▶ Task instructions
Please copy out every line of the listing below in which the word "IFCRELCONTAINEDINSPATIALSTRUCTURE" appears.

▶ Materials provided
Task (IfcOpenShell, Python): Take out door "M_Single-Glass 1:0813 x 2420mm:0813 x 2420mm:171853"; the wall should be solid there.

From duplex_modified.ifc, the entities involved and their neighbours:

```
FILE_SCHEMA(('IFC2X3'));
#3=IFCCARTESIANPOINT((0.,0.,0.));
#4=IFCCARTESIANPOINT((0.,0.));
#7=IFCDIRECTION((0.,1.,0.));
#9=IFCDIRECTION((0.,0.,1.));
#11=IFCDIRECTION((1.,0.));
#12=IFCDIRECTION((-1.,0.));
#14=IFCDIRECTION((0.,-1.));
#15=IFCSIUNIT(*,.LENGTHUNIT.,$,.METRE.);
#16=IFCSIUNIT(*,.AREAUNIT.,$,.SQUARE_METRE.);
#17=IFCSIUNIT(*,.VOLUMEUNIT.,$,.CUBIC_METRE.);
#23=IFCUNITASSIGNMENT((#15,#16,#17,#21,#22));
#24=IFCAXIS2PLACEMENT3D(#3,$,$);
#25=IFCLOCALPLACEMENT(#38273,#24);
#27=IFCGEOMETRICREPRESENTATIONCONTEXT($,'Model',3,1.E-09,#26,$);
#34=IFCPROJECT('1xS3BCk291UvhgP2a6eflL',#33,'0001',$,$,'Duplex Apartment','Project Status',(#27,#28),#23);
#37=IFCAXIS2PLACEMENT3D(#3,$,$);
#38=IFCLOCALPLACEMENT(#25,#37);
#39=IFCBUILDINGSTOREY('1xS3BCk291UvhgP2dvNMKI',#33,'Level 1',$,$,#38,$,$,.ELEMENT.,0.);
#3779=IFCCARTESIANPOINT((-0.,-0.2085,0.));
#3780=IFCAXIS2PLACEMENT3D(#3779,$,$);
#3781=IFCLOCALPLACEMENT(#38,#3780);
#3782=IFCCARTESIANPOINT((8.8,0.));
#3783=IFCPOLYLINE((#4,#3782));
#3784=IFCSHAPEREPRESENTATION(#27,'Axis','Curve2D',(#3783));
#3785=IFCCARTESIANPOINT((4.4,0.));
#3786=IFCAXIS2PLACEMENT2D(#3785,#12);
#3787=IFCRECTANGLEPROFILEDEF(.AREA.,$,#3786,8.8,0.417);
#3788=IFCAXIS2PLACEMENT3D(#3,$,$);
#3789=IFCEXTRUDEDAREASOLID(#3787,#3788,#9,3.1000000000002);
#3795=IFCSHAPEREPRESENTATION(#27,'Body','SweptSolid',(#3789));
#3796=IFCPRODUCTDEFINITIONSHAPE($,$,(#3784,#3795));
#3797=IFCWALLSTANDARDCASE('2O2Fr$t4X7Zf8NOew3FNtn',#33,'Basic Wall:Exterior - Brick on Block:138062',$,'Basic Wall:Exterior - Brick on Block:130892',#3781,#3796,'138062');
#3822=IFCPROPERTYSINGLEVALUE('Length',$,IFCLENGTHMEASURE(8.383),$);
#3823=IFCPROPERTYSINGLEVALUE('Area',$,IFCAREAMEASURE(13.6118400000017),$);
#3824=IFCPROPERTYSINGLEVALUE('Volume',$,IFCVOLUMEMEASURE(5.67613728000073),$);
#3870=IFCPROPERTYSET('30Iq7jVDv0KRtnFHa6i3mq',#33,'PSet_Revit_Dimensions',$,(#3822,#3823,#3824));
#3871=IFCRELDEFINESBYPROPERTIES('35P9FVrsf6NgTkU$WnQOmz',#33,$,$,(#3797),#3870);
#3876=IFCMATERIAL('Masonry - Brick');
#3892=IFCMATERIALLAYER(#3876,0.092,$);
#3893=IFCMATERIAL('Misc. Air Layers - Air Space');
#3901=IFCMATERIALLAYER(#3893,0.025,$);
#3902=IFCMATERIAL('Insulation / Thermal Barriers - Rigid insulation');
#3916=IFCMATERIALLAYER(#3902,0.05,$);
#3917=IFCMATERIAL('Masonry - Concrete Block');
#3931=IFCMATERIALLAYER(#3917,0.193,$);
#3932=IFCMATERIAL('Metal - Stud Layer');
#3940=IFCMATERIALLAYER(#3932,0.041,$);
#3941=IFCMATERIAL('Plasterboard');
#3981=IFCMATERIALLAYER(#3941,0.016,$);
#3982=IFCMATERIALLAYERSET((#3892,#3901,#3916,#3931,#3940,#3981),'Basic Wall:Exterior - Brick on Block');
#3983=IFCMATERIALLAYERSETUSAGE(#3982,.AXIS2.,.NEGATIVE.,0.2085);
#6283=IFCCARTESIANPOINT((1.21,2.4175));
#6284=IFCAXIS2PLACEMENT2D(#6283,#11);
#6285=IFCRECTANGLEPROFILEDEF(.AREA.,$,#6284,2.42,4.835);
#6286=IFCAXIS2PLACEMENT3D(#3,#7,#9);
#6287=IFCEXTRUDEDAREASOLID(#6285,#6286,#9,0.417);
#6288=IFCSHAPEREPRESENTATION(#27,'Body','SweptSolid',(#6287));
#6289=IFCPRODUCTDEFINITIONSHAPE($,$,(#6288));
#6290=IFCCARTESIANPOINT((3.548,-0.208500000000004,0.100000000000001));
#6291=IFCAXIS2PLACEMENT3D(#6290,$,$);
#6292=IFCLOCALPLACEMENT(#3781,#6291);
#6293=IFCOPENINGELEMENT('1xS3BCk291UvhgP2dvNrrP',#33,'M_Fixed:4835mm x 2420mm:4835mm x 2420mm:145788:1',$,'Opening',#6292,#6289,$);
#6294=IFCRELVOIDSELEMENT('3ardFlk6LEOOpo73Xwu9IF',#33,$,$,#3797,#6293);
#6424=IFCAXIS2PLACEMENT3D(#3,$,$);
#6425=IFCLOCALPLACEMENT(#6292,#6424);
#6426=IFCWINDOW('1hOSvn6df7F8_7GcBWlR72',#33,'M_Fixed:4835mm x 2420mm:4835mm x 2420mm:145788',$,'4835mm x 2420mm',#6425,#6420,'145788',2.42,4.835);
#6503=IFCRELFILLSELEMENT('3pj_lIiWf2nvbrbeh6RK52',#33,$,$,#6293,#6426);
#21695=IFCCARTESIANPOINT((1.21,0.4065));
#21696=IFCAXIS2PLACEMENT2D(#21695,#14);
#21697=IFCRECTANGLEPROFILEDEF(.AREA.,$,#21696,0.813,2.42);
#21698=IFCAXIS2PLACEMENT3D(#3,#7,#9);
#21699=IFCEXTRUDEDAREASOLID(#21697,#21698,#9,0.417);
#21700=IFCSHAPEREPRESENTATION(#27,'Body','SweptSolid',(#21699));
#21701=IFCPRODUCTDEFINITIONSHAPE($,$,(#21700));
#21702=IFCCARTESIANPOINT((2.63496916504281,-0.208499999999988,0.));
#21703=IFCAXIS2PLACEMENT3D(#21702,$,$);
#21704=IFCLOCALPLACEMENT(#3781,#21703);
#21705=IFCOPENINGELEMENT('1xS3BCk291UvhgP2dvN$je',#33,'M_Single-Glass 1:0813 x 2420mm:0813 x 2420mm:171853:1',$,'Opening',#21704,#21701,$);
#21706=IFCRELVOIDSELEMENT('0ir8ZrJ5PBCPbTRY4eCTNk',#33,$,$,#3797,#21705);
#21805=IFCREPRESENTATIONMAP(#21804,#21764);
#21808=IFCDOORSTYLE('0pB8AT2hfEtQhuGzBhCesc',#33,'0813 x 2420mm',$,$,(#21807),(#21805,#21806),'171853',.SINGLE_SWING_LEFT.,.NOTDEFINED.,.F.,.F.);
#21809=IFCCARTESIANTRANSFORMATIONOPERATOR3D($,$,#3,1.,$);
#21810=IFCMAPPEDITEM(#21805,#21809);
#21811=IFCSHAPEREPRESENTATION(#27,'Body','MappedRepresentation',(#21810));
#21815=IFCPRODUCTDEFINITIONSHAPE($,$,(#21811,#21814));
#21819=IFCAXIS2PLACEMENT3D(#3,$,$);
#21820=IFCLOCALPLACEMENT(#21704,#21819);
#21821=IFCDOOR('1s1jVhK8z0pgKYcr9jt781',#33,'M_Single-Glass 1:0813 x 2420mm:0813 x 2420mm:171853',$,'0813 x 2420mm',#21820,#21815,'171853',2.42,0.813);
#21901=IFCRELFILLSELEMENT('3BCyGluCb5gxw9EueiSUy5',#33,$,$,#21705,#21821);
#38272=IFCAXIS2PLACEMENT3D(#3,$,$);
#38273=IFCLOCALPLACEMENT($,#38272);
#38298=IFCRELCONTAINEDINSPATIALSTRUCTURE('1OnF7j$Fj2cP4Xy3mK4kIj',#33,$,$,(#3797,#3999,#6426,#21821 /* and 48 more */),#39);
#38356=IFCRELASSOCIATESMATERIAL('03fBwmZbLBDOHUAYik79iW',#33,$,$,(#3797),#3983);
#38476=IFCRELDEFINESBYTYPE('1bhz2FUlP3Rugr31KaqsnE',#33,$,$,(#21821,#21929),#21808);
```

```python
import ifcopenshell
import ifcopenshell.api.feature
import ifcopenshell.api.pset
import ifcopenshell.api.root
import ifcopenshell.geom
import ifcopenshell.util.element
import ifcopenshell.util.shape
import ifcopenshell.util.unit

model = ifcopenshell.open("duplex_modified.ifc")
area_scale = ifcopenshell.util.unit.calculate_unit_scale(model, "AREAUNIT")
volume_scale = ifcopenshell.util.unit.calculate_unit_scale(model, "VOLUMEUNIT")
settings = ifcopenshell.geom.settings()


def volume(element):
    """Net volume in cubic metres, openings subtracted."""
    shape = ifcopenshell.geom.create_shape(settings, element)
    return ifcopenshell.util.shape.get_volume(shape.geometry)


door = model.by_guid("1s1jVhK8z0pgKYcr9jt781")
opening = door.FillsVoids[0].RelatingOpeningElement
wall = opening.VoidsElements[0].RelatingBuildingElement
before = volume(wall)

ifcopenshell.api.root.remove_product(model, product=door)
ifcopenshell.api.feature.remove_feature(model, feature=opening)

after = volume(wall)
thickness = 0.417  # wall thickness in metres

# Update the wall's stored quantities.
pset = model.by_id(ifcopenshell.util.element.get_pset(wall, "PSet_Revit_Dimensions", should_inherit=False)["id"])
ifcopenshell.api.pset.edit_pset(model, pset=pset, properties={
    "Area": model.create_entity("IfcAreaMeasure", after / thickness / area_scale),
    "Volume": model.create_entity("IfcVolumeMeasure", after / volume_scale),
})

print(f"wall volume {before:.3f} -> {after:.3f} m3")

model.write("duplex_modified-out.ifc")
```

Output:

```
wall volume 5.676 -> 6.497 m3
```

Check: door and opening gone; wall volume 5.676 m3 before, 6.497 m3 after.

---

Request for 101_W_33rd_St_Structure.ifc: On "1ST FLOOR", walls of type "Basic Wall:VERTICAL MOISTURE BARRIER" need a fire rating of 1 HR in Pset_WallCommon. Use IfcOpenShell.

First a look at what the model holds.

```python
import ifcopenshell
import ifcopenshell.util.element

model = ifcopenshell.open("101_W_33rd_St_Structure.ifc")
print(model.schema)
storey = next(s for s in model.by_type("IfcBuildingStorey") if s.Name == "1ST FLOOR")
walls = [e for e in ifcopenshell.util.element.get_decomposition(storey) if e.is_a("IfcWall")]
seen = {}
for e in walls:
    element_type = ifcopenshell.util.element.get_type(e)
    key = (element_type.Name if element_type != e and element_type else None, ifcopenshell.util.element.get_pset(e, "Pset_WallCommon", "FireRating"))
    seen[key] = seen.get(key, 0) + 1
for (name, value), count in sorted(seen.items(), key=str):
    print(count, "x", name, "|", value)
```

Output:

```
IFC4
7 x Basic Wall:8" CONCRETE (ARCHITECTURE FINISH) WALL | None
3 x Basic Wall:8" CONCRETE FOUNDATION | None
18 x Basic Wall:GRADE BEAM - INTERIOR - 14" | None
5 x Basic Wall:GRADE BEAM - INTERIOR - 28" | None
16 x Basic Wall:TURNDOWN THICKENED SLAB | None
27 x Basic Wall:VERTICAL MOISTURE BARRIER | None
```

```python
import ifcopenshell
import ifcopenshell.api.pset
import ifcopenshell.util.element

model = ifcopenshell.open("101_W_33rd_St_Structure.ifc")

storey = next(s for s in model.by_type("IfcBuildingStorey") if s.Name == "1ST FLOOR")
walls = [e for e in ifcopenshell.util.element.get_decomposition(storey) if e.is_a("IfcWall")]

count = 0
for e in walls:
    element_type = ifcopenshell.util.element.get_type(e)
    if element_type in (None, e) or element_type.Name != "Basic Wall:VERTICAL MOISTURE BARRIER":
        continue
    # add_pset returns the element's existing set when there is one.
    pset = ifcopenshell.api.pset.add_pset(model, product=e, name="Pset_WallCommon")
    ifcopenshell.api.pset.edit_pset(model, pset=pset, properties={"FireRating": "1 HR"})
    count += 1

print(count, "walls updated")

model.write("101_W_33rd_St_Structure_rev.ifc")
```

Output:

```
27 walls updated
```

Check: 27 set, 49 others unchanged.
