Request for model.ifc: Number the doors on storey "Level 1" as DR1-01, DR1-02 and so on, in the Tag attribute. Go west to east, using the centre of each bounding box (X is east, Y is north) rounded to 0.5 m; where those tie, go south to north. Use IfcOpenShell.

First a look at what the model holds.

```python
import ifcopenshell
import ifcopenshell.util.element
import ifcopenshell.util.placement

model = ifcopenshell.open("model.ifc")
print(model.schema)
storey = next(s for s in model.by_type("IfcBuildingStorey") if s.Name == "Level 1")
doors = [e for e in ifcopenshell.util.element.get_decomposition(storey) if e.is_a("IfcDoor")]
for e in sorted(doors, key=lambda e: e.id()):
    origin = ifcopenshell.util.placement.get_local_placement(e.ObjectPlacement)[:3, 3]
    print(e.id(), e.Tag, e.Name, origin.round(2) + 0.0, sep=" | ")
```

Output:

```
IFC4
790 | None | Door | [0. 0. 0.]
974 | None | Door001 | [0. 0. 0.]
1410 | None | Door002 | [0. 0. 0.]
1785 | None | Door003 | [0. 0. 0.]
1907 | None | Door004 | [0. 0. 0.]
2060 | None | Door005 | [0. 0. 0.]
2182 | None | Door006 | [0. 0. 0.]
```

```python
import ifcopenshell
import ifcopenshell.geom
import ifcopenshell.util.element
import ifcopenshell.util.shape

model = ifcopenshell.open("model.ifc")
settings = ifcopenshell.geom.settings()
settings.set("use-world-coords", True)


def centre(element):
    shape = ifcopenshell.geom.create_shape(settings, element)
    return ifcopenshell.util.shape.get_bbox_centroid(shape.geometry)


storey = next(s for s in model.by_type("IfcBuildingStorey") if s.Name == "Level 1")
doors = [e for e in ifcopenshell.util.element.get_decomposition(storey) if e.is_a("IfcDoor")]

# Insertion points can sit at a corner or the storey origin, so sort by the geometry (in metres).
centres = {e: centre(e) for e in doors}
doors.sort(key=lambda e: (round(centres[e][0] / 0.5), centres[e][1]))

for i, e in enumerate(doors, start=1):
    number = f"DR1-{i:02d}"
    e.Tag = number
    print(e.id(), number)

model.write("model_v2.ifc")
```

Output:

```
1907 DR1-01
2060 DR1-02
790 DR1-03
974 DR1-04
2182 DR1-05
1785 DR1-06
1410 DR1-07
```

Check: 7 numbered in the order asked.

* * *

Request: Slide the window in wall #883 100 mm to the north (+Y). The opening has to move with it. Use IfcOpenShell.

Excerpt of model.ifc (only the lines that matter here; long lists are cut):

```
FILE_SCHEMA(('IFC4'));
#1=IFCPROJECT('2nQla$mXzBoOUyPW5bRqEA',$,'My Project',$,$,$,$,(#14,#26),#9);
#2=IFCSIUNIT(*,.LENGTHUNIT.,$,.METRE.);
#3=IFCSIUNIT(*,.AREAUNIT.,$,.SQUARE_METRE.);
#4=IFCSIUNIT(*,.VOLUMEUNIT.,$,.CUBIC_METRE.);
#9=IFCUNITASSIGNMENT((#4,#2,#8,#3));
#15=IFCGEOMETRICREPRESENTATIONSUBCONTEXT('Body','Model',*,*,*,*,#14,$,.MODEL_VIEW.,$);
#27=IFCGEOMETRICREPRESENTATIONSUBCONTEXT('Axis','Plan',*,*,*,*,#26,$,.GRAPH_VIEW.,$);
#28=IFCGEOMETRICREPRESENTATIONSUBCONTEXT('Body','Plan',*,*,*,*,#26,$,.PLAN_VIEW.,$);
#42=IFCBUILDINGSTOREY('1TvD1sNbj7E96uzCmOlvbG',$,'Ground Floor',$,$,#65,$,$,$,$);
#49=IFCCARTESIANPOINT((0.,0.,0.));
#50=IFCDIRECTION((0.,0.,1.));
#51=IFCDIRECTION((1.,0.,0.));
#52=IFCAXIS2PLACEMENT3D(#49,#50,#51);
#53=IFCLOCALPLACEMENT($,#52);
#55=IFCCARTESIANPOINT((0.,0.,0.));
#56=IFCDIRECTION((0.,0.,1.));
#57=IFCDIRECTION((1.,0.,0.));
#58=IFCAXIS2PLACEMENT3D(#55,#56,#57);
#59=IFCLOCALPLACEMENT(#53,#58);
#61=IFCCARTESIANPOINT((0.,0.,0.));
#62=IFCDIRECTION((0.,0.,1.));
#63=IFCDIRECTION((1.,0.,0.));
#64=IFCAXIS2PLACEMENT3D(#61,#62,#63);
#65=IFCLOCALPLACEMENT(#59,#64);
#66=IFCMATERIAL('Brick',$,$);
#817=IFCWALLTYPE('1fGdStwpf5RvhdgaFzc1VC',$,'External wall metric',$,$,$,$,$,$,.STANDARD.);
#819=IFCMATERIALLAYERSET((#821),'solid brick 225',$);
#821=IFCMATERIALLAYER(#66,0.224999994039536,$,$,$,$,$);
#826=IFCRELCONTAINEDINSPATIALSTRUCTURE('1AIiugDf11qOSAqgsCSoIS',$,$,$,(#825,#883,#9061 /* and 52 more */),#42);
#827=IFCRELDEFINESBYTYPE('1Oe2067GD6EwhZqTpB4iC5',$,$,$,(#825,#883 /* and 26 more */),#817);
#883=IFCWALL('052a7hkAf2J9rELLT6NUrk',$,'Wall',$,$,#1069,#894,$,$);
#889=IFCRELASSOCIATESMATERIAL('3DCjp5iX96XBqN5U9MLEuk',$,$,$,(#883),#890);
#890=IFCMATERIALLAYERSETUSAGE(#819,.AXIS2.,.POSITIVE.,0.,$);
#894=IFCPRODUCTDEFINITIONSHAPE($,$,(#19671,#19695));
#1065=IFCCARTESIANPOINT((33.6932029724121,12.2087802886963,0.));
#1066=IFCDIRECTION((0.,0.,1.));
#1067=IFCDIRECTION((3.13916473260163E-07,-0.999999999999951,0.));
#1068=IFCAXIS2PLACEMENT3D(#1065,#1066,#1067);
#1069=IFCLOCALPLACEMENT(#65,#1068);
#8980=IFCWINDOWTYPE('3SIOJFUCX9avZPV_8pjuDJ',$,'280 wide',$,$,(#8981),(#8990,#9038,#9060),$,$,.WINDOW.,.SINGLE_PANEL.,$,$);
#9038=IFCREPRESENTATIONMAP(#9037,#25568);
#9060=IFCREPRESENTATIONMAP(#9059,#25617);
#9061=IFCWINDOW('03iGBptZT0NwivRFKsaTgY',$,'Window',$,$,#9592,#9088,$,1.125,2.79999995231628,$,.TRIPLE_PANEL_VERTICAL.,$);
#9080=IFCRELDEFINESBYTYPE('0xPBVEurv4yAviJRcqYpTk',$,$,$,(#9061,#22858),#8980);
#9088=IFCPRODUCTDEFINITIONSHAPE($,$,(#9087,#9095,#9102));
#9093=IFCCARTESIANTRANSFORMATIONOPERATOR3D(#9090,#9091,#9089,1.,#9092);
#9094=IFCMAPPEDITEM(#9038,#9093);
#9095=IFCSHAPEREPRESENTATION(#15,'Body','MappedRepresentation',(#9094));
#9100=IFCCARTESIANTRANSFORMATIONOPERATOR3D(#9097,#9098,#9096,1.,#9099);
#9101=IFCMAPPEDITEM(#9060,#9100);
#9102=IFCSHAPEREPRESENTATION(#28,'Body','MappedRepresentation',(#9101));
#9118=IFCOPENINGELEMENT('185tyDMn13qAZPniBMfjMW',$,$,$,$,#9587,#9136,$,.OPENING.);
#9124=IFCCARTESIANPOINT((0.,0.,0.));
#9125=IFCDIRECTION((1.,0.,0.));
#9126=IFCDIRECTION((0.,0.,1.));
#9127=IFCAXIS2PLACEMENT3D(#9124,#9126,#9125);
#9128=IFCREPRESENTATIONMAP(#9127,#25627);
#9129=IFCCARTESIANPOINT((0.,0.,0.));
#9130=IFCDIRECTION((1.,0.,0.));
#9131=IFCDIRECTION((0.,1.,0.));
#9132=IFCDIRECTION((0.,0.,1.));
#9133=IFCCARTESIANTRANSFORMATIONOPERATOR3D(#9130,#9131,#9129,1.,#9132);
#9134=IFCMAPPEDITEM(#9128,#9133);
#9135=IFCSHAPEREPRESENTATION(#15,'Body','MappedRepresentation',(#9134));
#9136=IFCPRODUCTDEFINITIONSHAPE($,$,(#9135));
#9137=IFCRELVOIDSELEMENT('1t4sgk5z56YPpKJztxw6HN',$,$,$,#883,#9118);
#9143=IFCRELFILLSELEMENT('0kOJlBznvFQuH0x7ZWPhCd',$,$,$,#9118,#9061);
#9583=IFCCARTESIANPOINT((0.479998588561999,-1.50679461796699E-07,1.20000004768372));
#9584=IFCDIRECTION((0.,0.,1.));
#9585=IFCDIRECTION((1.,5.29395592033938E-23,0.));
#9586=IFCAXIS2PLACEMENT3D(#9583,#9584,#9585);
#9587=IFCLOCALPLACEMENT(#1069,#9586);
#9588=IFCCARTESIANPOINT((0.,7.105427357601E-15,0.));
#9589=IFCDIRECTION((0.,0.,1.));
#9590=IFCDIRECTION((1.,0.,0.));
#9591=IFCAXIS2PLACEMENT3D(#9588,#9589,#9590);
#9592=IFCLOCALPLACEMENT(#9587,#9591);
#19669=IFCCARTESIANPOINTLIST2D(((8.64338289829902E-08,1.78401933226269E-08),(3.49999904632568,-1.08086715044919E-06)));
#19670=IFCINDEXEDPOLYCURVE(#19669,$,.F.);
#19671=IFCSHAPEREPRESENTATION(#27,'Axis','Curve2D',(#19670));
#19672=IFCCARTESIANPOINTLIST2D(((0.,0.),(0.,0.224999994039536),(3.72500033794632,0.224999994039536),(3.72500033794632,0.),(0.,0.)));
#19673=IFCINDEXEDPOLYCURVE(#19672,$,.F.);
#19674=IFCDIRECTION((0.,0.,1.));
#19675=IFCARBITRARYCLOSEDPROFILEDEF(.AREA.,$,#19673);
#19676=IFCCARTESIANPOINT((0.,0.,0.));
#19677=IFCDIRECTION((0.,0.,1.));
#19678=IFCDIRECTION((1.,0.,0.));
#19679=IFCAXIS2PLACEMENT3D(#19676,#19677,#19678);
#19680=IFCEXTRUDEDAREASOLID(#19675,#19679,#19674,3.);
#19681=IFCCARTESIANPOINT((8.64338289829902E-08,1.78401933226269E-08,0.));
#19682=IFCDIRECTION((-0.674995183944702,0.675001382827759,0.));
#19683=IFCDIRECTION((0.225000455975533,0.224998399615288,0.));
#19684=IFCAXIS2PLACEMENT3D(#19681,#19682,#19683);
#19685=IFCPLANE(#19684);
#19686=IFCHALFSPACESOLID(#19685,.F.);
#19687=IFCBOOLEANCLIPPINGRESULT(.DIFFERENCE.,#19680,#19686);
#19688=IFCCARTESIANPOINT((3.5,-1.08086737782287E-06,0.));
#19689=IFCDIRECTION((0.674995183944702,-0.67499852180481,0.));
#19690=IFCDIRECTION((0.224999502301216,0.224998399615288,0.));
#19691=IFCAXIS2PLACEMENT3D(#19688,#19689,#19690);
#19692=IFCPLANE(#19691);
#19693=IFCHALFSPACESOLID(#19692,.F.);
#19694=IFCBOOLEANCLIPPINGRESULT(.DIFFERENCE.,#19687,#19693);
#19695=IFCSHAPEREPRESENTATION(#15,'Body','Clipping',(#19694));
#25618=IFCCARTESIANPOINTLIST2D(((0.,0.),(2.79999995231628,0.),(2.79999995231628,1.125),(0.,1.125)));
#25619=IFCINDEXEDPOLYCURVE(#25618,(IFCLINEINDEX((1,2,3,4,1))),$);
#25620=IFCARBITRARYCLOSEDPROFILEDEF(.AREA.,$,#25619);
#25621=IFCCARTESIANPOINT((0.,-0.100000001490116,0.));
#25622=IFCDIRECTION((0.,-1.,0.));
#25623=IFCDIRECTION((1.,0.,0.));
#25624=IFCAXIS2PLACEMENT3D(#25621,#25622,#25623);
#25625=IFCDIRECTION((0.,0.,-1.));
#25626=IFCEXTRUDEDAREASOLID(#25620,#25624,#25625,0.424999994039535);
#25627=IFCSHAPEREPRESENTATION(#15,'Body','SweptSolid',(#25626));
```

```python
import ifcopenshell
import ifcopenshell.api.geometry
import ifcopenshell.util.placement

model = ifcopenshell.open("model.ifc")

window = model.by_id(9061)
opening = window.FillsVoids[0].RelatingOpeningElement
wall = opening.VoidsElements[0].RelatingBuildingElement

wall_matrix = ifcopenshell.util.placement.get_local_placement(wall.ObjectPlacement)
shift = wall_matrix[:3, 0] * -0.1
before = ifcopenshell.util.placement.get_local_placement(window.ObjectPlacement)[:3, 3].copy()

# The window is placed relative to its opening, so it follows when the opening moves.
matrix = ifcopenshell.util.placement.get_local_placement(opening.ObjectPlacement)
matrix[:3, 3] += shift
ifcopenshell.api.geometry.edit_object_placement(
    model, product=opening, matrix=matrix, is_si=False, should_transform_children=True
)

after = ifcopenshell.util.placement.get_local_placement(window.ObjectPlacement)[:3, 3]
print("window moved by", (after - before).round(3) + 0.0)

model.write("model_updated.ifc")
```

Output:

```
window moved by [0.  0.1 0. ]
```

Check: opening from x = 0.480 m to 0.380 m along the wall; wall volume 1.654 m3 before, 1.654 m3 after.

▶ Answer to the exercise
#38298=IFCRELCONTAINEDINSPATIALSTRUCTURE('1OnF7j$Fj2cP4Xy3mK4kIj',#33,$,$,(#3797,#3999,#6426,#21821 /* and 48 more */),#39);
#826=IFCRELCONTAINEDINSPATIALSTRUCTURE('1AIiugDf11qOSAqgsCSoIS',$,$,$,(#825,#883,#9061 /* and 52 more */),#42);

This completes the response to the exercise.